Se adentraron de pronto en un bosquecillo de abedules cuya plateada corteza silbaba a la luz de los relámpagos que procedían de la nube; a continuación empezaron a subir por una pendiente que Floris enfiló a una velocidad impresionante. Al acabarse el bosquecillo el terreno cambiaba bruscamente de fisonomía. Ahora la tierra era más oscura, casi negra, y la vegetación parecía más propia de un invernadero que del aire libre. Y, lo que es más, al llegar a la cima de la pendiente y comenzar a viajar a lo largo de la cresta de la misma, Cal se encontró de repente presa de extrañas alucinaciones. No hacía más que vislumbrar a ambos lados de la carretera variadas escenas que en realidad no tenían lugar allí; eran semejantes a las imágenes de una televisión mal sintonizada que se desenfocase y luego volviese a enfocarse de nuevo. Distinguió una casa construida en forma de observatorio y algunos caballos que pastaban a su alrededor, vio también a varias mujeres, ataviadas con vestidos de seda acuosa, que reían todas juntas. Cal pudo ver asimismo muchas otras cosas, pero ninguna de ellas durante un tiempo superior a unos cuantos segundos.
—¿Le parece perturbador? —le preguntó Chloe.
—¿Qué está sucediendo?
—Este es un terreno paradójico. Estrictamente hablando, usted no debería estar aquí, de ninguna manera.
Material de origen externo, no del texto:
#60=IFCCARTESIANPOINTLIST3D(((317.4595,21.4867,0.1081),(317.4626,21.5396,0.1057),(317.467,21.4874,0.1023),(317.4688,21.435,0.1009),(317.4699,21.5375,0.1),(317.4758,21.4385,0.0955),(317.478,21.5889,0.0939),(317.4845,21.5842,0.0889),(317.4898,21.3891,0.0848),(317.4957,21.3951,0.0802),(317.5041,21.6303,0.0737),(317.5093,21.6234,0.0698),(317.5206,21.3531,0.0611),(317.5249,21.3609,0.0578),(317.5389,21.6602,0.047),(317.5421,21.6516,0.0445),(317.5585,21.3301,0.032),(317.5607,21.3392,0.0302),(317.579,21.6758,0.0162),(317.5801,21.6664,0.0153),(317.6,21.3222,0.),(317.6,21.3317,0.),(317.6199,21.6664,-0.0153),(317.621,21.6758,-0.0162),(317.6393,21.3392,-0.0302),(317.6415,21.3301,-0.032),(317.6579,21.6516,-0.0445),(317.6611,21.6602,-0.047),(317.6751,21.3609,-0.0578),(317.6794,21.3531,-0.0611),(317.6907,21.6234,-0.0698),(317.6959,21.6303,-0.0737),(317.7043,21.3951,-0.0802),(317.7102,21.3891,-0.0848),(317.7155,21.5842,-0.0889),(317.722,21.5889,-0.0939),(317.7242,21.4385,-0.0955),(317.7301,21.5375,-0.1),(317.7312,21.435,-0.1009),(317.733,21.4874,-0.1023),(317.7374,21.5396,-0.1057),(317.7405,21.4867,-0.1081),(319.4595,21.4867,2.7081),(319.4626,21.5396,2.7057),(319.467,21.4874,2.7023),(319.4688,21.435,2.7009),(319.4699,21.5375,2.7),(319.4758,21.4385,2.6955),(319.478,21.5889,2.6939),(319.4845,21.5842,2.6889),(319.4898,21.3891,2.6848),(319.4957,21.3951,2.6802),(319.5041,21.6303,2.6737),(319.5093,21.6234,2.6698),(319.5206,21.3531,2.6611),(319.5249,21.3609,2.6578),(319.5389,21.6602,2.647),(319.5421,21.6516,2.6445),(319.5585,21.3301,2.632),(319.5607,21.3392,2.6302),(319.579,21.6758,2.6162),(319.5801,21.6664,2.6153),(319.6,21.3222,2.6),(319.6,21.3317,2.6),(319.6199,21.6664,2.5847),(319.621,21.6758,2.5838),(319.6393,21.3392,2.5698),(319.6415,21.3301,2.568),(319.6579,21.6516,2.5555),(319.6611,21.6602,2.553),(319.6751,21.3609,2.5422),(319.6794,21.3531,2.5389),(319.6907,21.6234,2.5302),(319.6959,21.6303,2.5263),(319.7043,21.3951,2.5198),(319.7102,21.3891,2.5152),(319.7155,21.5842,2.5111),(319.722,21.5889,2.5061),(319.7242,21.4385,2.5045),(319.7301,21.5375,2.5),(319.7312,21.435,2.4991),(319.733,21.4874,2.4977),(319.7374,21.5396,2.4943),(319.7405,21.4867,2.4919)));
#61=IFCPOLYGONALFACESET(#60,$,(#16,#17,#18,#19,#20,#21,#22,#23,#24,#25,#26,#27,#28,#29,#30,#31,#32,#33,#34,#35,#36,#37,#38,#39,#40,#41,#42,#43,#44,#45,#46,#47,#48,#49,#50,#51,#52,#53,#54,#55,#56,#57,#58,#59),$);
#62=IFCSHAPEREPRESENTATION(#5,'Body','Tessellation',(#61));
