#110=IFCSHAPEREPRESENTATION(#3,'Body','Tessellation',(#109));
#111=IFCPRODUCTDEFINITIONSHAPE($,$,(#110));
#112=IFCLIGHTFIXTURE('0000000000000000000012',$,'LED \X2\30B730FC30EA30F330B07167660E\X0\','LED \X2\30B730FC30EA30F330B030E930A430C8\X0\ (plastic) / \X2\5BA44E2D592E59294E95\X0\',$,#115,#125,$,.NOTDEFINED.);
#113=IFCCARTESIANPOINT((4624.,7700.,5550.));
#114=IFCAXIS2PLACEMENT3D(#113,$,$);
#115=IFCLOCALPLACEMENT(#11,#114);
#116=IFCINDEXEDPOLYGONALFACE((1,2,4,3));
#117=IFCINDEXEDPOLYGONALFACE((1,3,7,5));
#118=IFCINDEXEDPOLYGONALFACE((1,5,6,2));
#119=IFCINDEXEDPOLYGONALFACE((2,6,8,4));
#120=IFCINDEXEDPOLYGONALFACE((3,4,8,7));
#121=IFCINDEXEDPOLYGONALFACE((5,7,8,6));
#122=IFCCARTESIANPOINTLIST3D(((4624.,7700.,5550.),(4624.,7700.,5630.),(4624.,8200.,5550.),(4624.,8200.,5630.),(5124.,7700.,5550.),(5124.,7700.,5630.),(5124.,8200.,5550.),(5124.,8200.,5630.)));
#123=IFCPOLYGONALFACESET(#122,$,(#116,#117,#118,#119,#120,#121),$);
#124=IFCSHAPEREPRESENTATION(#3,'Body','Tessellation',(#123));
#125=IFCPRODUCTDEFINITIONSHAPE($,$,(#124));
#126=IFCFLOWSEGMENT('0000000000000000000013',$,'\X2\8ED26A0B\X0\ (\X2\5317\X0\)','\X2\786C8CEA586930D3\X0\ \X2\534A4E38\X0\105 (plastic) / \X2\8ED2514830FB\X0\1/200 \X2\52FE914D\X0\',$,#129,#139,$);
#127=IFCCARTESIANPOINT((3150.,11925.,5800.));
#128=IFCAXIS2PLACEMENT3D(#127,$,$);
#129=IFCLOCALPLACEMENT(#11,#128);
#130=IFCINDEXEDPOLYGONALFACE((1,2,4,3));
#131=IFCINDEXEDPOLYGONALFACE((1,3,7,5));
Siempre existen peligros.
—¿Qué peligros?
Si ella llegó a ofrecerle alguna respuesta, ésta quedó ahogada por el estallido de un trueno procedente del vientre del Torbellino que siguió a un relámpago de color lila. Se encontraban a menos de quinientos metros de la nube; a Cal se le erizó el vello de los brazos y de la nuca; le dolían los testículos.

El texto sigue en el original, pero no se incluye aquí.